PanturaNews (Tegal) - Dampak pemerintah tidak impor beras termasuk beras ketan, membuat harga tepung ketan naik. Hal itu dikeluhkan oleh pengrajin Dodol Keranjang (Dodol Ranjang) yang bahan bakunya dari tepung ketan.

Menurut Mindayani Wirjono (85) pengrajin Dodol Keranjang ‘Sido Makmur’, di Jalan Belimbing Nomor 84, Kelurahan Pekauman, Kecamatan Tegal Barat, Kota Tegal, Jawa Tengah, yang merupakan maestro Dodol Keranjang Kota Tegal.

Menurutnya, tahun lalu harga tepung ketan Rp 17.500 perkilogram, sekarang Rp 19.000. Belum lagi harga gula juga mengalami kenaikan. Sedangkan harga Dodol Keranjang tidak mengalami kenaikan, karena pemesanan sudah lebih awal sebelum dodol dibuat.

"Pemesanan masih sepi, tapi tetap kirim sih, ke Bandung, Semarang, Solo, tapi ya volumenya gak banyak. Produksi cuma 2-3 kuintal sehari. Ada empat varian yakni rasa coklat (kakao), vanilla (prambos), pandan dan original (ketan dan gula saja)," ujar Mindayani, Senin 12 Januari 2026.

Selain tepung ketan dan gula, harga Kakao juga mengalami kenaikannya bahlan tiga kali dari harga sebelumnya, yang harus dibeli dari luar negeri (impor).

"Semua bahan baku mengalami kenaikan harga, tapi harga penjualan masih tetap," ujarnya.

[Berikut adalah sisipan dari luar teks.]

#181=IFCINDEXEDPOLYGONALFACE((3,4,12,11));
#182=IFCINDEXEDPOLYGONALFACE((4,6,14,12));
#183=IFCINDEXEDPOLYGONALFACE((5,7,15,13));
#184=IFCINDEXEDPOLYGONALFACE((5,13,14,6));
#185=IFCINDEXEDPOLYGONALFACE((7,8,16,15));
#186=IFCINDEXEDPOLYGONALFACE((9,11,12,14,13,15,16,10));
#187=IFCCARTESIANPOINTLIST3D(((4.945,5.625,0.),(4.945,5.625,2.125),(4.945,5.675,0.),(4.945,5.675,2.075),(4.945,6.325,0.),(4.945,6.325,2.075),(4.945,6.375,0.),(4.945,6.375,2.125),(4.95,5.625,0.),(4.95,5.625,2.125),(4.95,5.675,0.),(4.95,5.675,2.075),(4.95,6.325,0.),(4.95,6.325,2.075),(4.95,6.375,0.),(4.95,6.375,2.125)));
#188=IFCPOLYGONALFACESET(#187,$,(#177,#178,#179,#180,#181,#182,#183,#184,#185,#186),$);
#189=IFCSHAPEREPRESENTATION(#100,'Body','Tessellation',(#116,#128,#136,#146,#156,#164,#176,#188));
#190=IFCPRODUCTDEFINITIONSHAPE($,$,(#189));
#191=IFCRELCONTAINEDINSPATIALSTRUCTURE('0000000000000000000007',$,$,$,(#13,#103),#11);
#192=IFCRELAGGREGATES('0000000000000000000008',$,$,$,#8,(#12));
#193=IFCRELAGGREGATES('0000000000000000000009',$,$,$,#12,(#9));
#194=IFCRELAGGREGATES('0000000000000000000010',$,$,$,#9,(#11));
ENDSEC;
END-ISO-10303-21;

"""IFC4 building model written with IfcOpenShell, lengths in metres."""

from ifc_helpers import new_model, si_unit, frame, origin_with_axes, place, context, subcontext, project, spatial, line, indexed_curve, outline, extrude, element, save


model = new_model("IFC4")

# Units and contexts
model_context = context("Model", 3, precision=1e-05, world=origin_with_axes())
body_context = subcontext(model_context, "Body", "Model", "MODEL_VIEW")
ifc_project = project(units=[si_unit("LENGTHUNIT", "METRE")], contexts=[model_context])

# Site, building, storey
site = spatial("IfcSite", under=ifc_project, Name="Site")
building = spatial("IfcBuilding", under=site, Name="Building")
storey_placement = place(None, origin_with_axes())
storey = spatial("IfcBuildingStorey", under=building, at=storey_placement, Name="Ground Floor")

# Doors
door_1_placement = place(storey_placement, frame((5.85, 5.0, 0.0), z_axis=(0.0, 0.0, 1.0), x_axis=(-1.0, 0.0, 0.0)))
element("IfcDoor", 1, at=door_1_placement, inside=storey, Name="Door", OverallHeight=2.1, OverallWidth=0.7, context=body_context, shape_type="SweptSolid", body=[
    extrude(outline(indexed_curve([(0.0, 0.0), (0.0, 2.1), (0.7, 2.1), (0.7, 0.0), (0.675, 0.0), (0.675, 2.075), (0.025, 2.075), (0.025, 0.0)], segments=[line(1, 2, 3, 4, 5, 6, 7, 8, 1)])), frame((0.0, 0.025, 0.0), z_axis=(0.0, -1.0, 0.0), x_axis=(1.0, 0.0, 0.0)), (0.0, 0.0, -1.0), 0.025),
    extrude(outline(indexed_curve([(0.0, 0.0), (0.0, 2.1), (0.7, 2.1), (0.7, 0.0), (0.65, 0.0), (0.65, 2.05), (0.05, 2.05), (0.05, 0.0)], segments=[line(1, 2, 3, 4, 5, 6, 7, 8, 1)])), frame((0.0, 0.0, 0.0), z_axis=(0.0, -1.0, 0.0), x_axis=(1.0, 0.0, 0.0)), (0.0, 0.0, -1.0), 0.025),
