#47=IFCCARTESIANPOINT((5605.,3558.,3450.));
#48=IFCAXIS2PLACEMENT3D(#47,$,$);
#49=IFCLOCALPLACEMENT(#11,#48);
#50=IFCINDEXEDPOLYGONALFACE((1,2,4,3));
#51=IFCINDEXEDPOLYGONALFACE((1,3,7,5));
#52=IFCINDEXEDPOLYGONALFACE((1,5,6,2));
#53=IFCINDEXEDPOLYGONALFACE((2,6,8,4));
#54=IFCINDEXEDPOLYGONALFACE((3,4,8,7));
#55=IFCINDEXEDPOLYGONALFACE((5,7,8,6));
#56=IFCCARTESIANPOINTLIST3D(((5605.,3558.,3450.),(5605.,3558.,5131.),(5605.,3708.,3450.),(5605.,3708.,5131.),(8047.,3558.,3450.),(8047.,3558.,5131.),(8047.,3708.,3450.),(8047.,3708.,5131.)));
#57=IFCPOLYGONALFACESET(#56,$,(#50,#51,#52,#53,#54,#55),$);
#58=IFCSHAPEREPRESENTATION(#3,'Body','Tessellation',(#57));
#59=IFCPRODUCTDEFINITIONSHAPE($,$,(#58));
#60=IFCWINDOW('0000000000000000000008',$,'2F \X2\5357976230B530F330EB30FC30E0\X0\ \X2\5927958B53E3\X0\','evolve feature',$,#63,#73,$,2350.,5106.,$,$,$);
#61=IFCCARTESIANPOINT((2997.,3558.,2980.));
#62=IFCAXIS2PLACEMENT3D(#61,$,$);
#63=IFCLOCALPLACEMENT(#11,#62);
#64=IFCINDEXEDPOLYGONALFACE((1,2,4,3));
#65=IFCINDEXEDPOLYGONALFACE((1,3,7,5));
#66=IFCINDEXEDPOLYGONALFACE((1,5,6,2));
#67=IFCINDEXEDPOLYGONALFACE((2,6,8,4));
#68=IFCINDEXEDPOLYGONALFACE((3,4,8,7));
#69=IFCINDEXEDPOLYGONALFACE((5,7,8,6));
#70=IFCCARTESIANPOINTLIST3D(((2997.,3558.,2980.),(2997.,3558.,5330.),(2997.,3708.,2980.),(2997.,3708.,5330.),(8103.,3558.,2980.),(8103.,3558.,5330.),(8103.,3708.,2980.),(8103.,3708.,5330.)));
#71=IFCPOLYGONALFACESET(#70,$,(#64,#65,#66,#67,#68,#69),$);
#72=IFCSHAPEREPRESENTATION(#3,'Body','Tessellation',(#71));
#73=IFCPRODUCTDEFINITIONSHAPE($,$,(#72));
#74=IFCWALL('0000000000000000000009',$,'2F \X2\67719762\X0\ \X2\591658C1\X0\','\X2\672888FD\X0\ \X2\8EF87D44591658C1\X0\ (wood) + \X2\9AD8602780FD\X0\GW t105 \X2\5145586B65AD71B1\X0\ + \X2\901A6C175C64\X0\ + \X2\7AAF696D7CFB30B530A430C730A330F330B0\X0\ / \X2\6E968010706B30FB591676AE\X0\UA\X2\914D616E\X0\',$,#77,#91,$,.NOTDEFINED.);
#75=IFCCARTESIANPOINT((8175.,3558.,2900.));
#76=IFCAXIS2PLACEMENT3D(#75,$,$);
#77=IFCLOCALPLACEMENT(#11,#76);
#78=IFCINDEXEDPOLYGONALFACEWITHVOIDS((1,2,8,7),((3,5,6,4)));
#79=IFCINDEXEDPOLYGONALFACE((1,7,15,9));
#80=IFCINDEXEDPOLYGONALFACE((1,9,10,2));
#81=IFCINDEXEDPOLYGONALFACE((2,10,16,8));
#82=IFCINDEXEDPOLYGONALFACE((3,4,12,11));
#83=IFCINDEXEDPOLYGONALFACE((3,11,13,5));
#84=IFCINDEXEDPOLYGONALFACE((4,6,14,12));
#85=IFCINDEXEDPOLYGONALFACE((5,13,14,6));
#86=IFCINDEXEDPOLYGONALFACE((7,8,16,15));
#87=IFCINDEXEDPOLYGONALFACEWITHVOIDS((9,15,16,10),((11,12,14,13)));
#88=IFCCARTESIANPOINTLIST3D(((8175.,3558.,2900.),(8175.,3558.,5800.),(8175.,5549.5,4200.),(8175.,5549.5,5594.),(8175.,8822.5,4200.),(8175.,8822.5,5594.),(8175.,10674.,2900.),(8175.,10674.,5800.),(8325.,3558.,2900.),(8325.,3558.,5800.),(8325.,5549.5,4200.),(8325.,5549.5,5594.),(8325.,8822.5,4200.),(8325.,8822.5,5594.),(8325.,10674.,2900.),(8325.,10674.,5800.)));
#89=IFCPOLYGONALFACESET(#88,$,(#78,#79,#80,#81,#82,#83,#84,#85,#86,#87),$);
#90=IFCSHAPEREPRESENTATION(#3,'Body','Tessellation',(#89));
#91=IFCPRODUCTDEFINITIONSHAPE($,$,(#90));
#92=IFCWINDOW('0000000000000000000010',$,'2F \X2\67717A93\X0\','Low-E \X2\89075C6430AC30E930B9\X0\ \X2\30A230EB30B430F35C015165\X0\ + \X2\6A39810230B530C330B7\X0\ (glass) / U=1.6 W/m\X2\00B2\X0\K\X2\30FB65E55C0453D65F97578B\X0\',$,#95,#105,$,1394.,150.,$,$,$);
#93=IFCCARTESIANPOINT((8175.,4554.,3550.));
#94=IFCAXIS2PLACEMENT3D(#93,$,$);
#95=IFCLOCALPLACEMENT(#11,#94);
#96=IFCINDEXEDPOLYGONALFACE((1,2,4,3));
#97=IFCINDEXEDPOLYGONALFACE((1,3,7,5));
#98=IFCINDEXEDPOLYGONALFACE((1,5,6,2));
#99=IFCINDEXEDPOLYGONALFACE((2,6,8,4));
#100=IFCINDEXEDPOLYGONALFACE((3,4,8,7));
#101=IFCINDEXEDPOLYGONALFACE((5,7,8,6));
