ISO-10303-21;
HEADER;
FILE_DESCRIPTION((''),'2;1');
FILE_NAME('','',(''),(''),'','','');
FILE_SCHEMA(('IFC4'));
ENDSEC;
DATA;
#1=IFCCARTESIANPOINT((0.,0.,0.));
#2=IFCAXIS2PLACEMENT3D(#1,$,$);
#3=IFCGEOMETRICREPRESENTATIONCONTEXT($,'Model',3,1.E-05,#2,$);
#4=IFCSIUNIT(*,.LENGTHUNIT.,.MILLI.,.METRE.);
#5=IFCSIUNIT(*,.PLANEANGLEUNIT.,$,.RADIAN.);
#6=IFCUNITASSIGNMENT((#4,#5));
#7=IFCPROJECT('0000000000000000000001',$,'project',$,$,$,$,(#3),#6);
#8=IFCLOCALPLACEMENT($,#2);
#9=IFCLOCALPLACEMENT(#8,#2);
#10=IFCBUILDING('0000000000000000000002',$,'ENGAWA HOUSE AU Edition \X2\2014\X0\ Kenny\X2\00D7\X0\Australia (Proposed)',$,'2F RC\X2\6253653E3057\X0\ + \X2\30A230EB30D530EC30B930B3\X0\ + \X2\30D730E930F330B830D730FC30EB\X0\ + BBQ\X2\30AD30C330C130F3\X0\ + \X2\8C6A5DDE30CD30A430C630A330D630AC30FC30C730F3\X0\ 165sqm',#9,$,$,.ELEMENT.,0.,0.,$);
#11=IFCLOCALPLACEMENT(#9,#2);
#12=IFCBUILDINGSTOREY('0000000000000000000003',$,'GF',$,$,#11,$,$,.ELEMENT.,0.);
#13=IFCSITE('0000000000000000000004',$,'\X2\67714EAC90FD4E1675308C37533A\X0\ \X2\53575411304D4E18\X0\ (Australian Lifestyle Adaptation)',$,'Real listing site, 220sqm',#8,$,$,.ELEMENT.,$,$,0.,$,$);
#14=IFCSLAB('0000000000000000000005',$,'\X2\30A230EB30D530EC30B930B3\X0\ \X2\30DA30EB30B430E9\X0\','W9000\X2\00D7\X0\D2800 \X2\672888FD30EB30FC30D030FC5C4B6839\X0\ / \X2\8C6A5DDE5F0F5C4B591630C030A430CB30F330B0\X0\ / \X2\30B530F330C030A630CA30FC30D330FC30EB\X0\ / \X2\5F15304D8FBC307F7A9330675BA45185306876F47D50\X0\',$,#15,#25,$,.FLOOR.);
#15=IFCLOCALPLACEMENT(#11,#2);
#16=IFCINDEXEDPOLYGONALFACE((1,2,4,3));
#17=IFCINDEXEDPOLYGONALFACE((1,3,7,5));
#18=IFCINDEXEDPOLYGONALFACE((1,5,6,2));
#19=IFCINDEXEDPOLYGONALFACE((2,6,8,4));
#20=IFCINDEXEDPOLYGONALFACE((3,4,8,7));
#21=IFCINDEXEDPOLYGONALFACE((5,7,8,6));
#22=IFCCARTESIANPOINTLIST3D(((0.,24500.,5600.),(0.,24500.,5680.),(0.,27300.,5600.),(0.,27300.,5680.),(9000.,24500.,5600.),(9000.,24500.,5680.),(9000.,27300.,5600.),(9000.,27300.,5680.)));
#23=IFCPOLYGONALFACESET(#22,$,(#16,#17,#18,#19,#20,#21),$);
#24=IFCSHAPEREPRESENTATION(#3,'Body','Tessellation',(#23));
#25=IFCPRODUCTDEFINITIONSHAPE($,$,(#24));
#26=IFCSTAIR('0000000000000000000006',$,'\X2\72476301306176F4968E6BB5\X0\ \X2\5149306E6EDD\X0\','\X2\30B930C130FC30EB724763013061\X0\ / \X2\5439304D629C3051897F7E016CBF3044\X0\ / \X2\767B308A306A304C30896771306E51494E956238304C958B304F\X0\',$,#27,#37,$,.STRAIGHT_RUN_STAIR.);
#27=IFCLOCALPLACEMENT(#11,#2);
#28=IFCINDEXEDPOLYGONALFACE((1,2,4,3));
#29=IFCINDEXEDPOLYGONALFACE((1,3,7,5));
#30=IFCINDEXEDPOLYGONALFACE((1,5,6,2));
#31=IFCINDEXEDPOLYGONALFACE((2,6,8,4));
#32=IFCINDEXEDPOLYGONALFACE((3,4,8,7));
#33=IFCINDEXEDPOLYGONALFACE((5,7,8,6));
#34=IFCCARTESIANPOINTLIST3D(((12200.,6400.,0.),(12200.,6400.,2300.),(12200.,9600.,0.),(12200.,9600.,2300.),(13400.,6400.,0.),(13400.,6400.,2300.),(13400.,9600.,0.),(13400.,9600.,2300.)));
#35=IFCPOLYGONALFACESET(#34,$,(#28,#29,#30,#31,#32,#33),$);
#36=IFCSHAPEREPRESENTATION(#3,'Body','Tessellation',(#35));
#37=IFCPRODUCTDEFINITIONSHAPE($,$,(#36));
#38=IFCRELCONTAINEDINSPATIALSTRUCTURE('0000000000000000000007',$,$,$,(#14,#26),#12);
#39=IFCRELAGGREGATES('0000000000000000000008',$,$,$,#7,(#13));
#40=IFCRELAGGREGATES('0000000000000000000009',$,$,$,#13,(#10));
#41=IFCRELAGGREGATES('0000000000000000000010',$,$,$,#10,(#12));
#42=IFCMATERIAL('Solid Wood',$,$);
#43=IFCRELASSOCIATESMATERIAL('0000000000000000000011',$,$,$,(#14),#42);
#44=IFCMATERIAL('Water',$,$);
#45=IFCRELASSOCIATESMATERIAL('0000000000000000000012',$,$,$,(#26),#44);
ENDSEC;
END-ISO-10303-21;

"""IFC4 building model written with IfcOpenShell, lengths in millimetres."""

from ifc_helpers import new_model, si_unit, frame, frame_2d, origin, place, context, project, spatial, rectangle, extrude, material, element, save


model = new_model("IFC4")

# Units and contexts
model_context = context("Model", 3, precision=1e-05, world=origin())
ifc_project = project(units=[si_unit("LENGTHUNIT", "METRE", prefix="MILLI"), si_unit("PLANEANGLEUNIT", "RADIAN")], contexts=[model_context])

# Site, building, storey
site_placement = place(None, origin())
site = spatial("IfcSite", under=ifc_project, at=site_placement, Name="東京都世田谷区 南向き丘 (Australian Lifestyle Adaptation)", ObjectType="Real listing site, 220sqm", CompositionType="ELEMENT", RefElevation=0.0)
building_placement = place(site_placement, origin())
building = spatial("IfcBuilding", under=site, at=building_placement, Name="ENGAWA HOUSE AU Edition — Kenny×Australia (Proposed)", ObjectType="2F RC打放し + アルフレスコ + プランジプール + BBQキッチン + 豪州ネイティブガーデン 165sqm", CompositionType="ELEMENT", ElevationOfRefHeight=0.0, ElevationOfTerrain=0.0)
storey_placement = place(building_placement, origin())
storey = spatial("IfcBuildingStorey", under=building, at=storey_placement, Name="GF", CompositionType="ELEMENT", Elevation=0.0)

# Slab
ifc_material_1 = material(Name="Solid Wood")
slab_1_placement = place(storey_placement, frame((0.0, 12250.0, 2800.0)))
element("IfcSlab", 1, at=slab_1_placement, inside=storey, material=ifc_material_1, Name="アルフレスコ ペルゴラ", Description="W9000×D2800 木製ルーバー屋根 / 豪州式屋外ダイニング / サンダウナービール / 引き込み窓で室内と直結", PredefinedType="FLOOR", context=model_context, shape_type="SweptSolid", body=[
    extrude(rectangle(XDim=9000.0, YDim=2800.0, at=frame_2d((4500.0, 1400.0))), frame((0.0, 12250.0, 2800.0)), (0.0, 0.0, 1.0), 80.0),
])

# Stair
ifc_material_2 = material(Name="Water")
stair_placement = place(storey_placement, frame((6100.0, 3200.0, 0.0)))
element("IfcStair", 2, at=stair_placement, inside=storey, material=ifc_material_2, Name="片持ち直階段 光の滝", Description="スチール片持ち / 吹き抜け西縁沿い / 登りながら東の光井戸が開く", PredefinedType="STRAIGHT_RUN_STAIR", context=model_context, shape_type="SweptSolid", body=[
    extrude(rectangle(XDim=1200.0, YDim=3200.0, at=frame_2d((600.0, 1600.0))), frame((6100.0, 3200.0, 0.0)), (0.0, 0.0, 1.0), 2300.0),
])

save(model, "model.ifc")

Diketahui Hari Raya Imlek tahun ini, tanggal 17 Februari 2026. Kurang afdol jika Hari Raya Imlek tanpa Dodol Keranjang (Dodol Ranjang), sama halnya lebaran tanpa ketupat opor ayam. 

Diceritakan, pada jaman perang di negera Tiongkok dulu prajurit diwajibkan membawa dodol keranjang untuk persiapan bahan makanan saat perang. Selain itu dodol keranjang yang kenyal atau lengket, rasanya manis dan bentuknya bulat punya pilosofi, yaitu untuk mengeratkan hubungan persaudaraan, banyak rezeki dan tidak berujung atau tidak ada ada akhir. 'Filosofinya hubungan saudara tetap erat tidak cerai berai, banyak rezeki dan tidak ada akhir karena bentuknya bulat'.